[[ DATA SHOWN, beginning ]]
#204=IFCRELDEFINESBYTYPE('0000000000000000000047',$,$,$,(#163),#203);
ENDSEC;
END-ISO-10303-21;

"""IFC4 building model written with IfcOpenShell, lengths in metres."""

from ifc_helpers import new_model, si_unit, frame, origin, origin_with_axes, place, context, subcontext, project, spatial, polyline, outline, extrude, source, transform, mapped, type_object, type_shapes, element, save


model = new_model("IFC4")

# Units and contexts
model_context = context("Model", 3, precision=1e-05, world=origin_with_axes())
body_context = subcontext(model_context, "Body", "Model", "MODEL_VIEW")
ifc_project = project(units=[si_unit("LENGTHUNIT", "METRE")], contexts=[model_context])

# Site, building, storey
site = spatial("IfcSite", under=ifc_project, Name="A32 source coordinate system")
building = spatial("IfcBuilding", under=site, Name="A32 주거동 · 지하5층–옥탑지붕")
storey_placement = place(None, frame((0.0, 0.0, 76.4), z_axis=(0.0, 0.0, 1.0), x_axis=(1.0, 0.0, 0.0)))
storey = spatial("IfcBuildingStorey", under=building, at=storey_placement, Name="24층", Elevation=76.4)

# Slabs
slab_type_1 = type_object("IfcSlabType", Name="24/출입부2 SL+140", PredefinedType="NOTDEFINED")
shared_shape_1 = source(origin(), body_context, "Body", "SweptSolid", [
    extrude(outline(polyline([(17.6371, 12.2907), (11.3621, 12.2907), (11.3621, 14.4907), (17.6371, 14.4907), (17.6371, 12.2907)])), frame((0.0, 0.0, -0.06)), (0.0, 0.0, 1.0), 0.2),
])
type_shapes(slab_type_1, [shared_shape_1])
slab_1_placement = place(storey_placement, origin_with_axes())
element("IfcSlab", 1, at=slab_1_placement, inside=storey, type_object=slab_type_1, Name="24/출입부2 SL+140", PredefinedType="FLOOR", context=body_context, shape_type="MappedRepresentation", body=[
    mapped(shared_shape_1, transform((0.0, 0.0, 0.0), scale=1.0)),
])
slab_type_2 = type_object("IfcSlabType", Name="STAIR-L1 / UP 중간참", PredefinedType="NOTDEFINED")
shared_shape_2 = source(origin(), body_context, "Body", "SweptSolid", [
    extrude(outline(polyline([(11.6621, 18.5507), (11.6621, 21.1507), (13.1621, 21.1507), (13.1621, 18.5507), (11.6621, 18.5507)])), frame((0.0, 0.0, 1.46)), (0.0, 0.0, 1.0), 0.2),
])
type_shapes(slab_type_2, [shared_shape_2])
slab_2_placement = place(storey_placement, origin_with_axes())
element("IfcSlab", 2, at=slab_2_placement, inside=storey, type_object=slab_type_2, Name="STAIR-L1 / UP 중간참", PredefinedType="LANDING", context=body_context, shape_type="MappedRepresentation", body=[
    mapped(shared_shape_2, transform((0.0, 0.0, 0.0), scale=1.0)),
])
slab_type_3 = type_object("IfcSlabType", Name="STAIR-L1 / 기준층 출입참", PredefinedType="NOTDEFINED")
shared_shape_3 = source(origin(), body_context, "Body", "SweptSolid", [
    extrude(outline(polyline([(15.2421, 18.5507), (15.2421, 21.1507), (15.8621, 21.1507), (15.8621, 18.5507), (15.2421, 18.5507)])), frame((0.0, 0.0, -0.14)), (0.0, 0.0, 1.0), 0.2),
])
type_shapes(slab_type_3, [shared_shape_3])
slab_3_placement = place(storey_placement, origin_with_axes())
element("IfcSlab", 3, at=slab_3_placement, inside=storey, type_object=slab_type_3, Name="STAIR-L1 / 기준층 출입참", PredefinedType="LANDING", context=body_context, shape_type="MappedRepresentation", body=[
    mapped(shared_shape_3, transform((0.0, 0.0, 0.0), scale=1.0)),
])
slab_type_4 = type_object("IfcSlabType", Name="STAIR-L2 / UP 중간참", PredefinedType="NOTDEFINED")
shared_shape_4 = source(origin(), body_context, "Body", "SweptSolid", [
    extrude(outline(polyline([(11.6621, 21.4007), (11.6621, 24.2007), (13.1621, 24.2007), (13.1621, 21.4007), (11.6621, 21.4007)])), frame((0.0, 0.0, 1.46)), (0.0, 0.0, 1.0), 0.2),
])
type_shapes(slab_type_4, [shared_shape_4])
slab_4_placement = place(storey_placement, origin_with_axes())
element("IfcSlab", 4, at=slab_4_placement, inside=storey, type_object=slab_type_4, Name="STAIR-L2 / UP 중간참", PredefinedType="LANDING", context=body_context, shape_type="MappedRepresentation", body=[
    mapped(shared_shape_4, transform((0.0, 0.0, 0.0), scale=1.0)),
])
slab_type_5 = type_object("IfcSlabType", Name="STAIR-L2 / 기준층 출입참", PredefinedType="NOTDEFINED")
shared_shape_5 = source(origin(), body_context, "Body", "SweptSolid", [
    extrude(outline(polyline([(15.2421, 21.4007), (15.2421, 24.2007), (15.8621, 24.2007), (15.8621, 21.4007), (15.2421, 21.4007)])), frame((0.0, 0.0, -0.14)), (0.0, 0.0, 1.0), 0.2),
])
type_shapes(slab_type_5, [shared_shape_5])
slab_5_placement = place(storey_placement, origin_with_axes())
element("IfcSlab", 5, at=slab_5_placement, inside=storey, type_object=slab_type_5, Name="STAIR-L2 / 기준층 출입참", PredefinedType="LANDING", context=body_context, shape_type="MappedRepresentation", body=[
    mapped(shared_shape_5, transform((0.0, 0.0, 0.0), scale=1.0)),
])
[[ DATA SHOWN, end ]]
EXERCISE PROMPT:
Copy whichever lines in the listing above hold "SweptSolid".

FINISHED EXERCISE:
shared_shape_1 = source(origin(), body_context, "Body", "SweptSolid", [
shared_shape_2 = source(origin(), body_context, "Body", "SweptSolid", [
shared_shape_3 = source(origin(), body_context, "Body", "SweptSolid", [
shared_shape_4 = source(origin(), body_context, "Body", "SweptSolid", [
shared_shape_5 = source(origin(), body_context, "Body", "SweptSolid", [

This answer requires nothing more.